6. Refine the estimate of the camera parameters using the bundle adjustment algorithm.
Mapping Stitching
The mapping stitching is the key step of the proposed method. In this step, we map the acquired images to a common reference system and stitch them together to obtain a complete 3D model of the object. The detailed steps of mapping stitching are as follows:
1. Acquire multiple images of the object from different viewpoints and orientations.
2. Perform feature point detection and matching between adjacent images.
3. Calculate the transformation matrices between each pair of adjacent images using the RANSAC algorithm.
4. Verify the accuracy of the calculated transformation matrices using the reprojection error method.
5. Map each image to the common reference system using the transformation matrices.
6. Stitch all images together to obtain the complete 3D model of the object.
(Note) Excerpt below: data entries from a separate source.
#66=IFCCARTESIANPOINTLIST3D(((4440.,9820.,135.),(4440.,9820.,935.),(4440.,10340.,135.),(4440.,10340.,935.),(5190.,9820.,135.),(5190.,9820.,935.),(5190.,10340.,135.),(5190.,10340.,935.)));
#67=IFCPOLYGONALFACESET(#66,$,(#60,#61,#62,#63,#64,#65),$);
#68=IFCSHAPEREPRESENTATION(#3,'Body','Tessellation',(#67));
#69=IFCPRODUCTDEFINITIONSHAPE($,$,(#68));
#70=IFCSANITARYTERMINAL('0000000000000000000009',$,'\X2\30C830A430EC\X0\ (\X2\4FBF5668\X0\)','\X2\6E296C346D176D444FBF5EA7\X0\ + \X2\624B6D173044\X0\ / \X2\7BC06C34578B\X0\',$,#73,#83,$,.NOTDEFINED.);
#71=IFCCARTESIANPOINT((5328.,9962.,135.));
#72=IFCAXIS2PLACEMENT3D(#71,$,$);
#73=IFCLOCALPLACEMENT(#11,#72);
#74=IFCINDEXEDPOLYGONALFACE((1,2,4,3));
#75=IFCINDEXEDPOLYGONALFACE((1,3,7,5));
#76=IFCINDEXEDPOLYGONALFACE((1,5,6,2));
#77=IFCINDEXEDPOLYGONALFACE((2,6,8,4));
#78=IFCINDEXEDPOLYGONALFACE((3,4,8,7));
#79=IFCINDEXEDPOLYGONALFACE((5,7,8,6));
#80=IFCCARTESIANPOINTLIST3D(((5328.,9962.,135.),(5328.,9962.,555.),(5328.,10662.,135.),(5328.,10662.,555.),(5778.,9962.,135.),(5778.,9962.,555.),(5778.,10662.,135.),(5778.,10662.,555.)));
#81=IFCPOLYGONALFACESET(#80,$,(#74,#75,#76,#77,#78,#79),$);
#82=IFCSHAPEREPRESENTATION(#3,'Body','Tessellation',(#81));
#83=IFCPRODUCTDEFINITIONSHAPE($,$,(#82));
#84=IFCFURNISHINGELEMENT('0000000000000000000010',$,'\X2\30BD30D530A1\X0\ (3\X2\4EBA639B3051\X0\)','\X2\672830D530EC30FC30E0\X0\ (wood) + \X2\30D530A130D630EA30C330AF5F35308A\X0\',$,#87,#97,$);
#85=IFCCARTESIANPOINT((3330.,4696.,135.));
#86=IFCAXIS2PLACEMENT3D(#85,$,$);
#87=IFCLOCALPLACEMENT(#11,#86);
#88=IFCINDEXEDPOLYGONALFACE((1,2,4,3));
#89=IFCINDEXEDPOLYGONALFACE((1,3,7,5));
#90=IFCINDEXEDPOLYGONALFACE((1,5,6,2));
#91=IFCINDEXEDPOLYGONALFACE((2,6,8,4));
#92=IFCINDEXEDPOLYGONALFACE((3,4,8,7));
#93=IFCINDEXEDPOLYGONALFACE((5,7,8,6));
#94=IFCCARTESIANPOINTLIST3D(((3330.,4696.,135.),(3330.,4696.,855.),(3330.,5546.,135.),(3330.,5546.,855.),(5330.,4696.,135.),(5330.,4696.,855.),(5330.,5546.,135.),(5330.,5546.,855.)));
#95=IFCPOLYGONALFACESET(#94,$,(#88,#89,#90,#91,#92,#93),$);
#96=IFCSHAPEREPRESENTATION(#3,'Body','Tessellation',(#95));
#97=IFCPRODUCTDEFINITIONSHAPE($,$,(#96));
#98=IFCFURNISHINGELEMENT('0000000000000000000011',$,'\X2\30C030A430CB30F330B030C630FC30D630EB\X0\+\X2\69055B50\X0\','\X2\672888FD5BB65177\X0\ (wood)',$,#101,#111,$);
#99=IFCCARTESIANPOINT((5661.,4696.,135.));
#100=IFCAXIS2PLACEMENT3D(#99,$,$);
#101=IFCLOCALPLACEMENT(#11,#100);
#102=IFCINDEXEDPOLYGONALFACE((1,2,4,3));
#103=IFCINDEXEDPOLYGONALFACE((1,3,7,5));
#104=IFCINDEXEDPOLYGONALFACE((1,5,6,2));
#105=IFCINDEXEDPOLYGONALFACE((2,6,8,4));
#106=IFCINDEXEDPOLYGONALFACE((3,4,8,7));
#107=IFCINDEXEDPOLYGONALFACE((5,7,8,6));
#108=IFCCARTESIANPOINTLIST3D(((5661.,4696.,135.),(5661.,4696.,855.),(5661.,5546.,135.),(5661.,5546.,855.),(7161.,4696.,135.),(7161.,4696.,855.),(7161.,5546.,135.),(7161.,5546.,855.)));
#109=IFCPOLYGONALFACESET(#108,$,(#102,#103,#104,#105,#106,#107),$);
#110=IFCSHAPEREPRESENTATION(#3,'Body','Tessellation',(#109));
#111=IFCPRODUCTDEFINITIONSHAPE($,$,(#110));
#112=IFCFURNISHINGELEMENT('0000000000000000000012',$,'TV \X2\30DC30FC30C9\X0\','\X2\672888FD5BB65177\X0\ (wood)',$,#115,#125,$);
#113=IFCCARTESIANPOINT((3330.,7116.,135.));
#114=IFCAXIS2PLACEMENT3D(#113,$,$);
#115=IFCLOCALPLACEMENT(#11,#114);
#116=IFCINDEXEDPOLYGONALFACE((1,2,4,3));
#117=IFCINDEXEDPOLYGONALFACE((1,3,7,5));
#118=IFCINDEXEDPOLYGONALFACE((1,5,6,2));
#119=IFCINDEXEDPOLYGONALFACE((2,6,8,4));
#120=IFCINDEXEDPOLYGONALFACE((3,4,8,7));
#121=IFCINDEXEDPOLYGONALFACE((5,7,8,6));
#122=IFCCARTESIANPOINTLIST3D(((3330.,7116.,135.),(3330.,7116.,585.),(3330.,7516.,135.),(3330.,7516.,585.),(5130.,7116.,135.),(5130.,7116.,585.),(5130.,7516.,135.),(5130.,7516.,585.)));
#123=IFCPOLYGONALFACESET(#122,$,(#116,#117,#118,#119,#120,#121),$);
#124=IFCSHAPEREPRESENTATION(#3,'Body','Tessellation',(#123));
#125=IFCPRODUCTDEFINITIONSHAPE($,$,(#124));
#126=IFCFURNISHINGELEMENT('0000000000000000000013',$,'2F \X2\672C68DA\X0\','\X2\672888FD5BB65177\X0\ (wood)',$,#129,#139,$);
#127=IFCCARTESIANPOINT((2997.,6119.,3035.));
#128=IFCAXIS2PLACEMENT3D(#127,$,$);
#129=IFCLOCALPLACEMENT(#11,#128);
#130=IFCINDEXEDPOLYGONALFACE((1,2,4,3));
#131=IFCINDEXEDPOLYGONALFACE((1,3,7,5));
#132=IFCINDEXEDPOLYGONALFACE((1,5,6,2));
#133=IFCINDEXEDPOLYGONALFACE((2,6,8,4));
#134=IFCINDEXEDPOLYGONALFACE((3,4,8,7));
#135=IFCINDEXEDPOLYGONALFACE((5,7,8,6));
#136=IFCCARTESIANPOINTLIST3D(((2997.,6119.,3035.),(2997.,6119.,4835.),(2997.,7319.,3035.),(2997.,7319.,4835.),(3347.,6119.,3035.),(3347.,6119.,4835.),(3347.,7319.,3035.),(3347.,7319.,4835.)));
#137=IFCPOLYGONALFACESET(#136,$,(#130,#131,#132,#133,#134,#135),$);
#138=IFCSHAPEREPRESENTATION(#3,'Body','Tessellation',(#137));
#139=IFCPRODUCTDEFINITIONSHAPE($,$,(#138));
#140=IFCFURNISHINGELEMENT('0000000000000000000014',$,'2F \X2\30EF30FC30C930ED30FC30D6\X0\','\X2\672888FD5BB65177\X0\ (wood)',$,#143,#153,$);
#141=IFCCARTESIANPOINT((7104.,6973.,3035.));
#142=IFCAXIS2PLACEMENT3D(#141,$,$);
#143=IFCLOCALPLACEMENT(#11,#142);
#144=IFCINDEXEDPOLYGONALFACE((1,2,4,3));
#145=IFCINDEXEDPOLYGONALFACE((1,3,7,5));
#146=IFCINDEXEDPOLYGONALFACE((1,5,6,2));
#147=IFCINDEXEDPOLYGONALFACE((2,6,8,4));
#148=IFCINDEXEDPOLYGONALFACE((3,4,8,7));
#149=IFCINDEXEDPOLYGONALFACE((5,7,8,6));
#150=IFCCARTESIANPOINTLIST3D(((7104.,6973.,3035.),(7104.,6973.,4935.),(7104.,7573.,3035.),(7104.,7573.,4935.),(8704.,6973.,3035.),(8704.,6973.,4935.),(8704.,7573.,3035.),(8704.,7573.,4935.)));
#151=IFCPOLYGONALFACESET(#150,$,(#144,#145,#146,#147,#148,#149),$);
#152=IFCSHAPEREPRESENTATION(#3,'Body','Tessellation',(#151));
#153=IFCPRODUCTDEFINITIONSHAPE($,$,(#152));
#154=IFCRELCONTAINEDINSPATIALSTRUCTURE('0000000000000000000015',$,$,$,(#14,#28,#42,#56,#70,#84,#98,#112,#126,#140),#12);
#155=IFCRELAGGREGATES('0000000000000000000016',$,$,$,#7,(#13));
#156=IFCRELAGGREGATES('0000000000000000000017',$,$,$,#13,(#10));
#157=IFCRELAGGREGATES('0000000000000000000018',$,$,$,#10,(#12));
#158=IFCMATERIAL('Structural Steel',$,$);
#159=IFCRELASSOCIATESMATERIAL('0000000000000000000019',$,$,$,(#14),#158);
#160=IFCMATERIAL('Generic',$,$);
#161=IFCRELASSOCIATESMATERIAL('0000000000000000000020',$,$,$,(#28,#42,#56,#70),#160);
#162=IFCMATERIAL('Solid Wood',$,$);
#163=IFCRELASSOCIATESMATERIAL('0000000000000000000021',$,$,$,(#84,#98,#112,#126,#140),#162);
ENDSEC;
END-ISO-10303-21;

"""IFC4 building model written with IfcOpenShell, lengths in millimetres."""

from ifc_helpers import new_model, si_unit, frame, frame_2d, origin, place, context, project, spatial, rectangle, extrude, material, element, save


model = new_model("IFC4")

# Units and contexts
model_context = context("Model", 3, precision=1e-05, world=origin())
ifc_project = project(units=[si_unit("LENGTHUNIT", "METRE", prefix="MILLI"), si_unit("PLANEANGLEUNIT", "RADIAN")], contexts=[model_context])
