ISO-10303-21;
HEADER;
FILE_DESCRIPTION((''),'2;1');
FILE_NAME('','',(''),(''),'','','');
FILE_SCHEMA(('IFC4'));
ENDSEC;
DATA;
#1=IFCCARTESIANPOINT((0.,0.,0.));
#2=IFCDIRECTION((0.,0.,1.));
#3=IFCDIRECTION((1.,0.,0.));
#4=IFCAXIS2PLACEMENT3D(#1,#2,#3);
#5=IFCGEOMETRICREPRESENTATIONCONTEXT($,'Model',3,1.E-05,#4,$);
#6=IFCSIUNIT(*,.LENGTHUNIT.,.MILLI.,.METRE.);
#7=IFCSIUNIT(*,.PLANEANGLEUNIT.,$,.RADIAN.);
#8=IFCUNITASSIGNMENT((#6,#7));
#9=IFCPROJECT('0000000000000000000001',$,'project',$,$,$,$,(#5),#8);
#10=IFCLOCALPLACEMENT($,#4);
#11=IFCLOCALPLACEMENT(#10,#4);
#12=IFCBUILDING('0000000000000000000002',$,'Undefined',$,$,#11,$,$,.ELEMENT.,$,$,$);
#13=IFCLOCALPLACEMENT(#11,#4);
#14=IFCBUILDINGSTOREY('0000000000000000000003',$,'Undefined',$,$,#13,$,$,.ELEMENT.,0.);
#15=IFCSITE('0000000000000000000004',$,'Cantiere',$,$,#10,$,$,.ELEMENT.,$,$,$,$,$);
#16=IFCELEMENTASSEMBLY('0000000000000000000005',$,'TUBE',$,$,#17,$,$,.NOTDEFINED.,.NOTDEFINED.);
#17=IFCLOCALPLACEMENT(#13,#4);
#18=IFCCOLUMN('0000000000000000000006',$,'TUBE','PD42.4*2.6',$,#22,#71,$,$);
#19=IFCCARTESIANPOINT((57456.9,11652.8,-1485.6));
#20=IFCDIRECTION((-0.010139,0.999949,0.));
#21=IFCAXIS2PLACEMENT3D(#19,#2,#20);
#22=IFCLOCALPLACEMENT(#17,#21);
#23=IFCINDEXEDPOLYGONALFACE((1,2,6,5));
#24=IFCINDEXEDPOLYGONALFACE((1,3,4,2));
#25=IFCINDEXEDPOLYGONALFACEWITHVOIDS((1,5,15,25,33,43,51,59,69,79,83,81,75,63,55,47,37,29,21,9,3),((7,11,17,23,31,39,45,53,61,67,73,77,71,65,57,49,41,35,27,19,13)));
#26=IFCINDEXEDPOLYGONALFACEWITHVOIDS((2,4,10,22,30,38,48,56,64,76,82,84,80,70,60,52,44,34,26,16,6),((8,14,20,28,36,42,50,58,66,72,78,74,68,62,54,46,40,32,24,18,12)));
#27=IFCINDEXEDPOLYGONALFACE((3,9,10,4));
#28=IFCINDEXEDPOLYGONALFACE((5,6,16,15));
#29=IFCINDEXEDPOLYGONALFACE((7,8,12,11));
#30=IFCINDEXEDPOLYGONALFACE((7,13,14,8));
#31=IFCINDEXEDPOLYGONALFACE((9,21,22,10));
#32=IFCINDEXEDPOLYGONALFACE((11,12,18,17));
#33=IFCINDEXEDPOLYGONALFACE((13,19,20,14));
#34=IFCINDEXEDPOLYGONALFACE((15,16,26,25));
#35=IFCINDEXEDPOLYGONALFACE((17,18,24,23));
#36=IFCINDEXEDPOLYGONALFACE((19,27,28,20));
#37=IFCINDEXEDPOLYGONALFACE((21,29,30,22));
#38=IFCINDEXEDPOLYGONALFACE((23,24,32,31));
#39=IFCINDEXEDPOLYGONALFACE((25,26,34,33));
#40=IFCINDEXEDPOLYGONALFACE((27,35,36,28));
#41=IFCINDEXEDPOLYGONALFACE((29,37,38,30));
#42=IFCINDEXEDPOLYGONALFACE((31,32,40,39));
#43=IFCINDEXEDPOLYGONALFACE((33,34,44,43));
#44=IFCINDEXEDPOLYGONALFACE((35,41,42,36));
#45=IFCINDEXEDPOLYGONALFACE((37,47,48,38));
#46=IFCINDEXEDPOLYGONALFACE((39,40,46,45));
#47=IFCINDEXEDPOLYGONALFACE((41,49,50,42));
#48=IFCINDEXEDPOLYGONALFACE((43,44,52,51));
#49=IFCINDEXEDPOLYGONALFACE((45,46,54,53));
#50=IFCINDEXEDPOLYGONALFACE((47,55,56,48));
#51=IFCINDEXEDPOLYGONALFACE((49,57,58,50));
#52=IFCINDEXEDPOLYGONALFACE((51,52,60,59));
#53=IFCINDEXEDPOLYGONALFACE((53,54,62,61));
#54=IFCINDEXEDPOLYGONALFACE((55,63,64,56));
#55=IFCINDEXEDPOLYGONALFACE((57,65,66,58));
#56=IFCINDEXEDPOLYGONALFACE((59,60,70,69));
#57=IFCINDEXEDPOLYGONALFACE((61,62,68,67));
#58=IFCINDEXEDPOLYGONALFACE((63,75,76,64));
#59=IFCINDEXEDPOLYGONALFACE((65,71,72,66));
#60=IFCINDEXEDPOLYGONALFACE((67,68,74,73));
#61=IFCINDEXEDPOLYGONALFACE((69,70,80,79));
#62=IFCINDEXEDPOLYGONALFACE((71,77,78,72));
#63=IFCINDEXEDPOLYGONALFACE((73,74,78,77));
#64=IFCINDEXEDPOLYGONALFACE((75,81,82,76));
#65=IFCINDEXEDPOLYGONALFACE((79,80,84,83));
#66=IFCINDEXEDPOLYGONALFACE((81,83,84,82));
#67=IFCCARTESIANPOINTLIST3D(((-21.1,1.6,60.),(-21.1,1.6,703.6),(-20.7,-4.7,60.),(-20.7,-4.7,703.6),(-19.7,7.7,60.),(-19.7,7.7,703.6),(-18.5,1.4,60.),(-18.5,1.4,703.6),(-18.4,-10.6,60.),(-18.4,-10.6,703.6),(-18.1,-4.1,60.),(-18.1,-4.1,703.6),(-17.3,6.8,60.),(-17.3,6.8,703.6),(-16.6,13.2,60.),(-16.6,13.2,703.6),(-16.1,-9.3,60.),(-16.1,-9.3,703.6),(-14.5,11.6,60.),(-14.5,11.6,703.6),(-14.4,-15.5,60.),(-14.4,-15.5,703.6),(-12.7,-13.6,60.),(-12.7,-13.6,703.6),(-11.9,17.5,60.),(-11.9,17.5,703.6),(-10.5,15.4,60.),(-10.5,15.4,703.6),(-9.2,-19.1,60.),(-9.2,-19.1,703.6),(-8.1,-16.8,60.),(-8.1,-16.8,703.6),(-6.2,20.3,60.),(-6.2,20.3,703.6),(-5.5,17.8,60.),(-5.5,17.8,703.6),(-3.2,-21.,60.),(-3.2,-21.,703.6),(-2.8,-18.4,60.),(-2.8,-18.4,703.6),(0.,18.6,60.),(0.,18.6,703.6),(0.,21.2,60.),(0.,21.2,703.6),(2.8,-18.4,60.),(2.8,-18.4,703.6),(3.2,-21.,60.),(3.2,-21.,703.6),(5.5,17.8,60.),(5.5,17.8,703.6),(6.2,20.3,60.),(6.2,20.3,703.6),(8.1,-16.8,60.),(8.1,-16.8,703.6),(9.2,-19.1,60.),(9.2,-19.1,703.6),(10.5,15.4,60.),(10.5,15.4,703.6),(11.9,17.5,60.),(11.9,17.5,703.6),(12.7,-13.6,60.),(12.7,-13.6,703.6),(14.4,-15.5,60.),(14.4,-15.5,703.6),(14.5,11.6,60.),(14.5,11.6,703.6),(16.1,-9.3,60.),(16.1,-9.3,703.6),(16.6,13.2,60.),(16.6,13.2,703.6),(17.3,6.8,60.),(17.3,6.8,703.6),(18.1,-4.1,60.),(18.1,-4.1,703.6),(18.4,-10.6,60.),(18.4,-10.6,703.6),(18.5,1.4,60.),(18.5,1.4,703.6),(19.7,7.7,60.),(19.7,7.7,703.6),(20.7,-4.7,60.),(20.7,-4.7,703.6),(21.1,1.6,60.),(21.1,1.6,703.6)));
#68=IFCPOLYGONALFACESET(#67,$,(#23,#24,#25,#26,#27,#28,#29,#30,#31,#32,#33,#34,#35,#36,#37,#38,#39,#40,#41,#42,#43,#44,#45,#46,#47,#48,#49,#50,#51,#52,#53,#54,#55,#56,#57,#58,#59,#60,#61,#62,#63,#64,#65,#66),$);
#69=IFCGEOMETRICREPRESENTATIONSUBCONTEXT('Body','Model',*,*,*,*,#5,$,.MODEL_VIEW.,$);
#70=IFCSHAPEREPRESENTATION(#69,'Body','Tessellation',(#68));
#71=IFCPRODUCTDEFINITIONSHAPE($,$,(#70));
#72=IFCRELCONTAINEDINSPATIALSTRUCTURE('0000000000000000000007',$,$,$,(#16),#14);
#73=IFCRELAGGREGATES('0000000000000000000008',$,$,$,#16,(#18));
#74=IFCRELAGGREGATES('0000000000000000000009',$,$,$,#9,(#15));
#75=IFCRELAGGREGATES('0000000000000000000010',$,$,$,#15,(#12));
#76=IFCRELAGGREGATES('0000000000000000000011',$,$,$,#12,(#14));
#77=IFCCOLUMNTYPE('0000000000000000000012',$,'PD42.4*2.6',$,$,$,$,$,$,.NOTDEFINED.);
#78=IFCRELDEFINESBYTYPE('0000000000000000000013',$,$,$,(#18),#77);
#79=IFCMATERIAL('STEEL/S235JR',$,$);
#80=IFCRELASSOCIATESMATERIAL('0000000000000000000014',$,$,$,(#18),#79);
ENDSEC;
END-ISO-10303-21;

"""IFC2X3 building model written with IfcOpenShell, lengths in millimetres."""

from ifc_helpers import new_model, si_unit, frame, origin_with_axes, origin_2d_with_axis, place, context, subcontext, project, spatial, hollow_circle, extrude, clip, halfspace, material, type_object, element, aggregate, save


model = new_model("IFC2X3")

# Units and contexts
model_context = context("Model", 3, precision=1e-05, world=origin_with_axes())
body_context = subcontext(model_context, "Body", "Model", "MODEL_VIEW")
ifc_project = project(units=[si_unit("LENGTHUNIT", "METRE", prefix="MILLI"), si_unit("PLANEANGLEUNIT", "RADIAN")], contexts=[model_context])

# Site, building, storey
site_placement = place(None, origin_with_axes())
site = spatial("IfcSite", under=ifc_project, at=site_placement, Name="Cantiere", CompositionType="ELEMENT")
building_placement = place(site_placement, origin_with_axes())
building = spatial("IfcBuilding", under=site, at=building_placement, Name="Undefined", CompositionType="ELEMENT")
storey_placement = place(building_placement, origin_with_axes())
storey = spatial("IfcBuildingStorey", under=building, at=storey_placement, Name="Undefined", CompositionType="ELEMENT", Elevation=0.0)

# Element assembly, column
assembly_1_placement = place(storey_placement, origin_with_axes())
assembly_1 = element("IfcElementAssembly", 1, at=assembly_1_placement, inside=storey, Name="TUBE", AssemblyPlace="NOTDEFINED", PredefinedType="NOTDEFINED")
ifc_material_1 = material(Name="STEEL/S235JR")
column_type = type_object("IfcColumnType", Name="PD42.4*2.6", PredefinedType="NOTDEFINED")
column_placement = place(assembly_1_placement, frame((57456.9, 11652.8, -1485.6), z_axis=(0.0, 0.0, 1.0), x_axis=(-0.010139, 0.999949, 0.0)))
column = element("IfcColumn", 2, at=column_placement, type_object=column_type, material=ifc_material_1, Name="TUBE", Description="PD42.4*2.6", context=body_context, shape_type="Clipping", body=[
    clip(clip(extrude(hollow_circle(Radius=21.2, WallThickness=2.6, at=origin_2d_with_axis()), frame((0.0, 0.0, 753.6), z_axis=(0.0, 0.000001, -1.0), x_axis=(0.0, 1.0, 0.0)), (0.0, 0.0, 1.0), 753.6), halfspace(frame((0.0, 0.0, 703.6), z_axis=(0.0, 0.0, 1.0), x_axis=(-1.0, 0.0, 0.0)), False)), halfspace(frame((0.0, 0.0, 60.0), z_axis=(0.0, 0.000001, -1.0), x_axis=(-1.0, 0.0, 0.0)), False)),
])

aggregate(assembly_1, [column])

save(model, "model.ifc")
The most critical part of the mapping stitching is the feature point detection and matching. In this paper, we use the Scale-Invariant Feature Transform (SIFT) algorithm to detect the feature points and the FLANN algorithm to match the feature points. The SIFT algorithm can extract stable and distinctive features from images, and the FLANN algorithm can efficiently match the feature points between images.
Results and Discussion
We tested the proposed high-stability mapping stitching method on several real-world 3D measurement scenarios, including a cylinder, a cube, and a complicated object with texture and curvature. The experimental results demonstrated that the proposed method can achieve accurate and complete 3D reconstruction with high stability and robustness. The average reconstruction error was less than % of the object size, and the stitching error was less than % of the common reference system. The computational time for mapping stitching was less than 1 minute on a standard desktop computer.
Conclusion
In this paper, we proposed a high-stability mapping stitching method for structured light 3D measurement. The proposed method comprehensively considers the influence of spatial transformation, camera parameters, and light source properties, and achieves robust and accurate mapping and stitching results. The experimental results demonstrated the effectiveness and superiority of the proposed method in various 3D measurement scenarios. Future work will focus on the development of real-time and online mapping stitching methods for application scenarios with strict timing and performance requirements.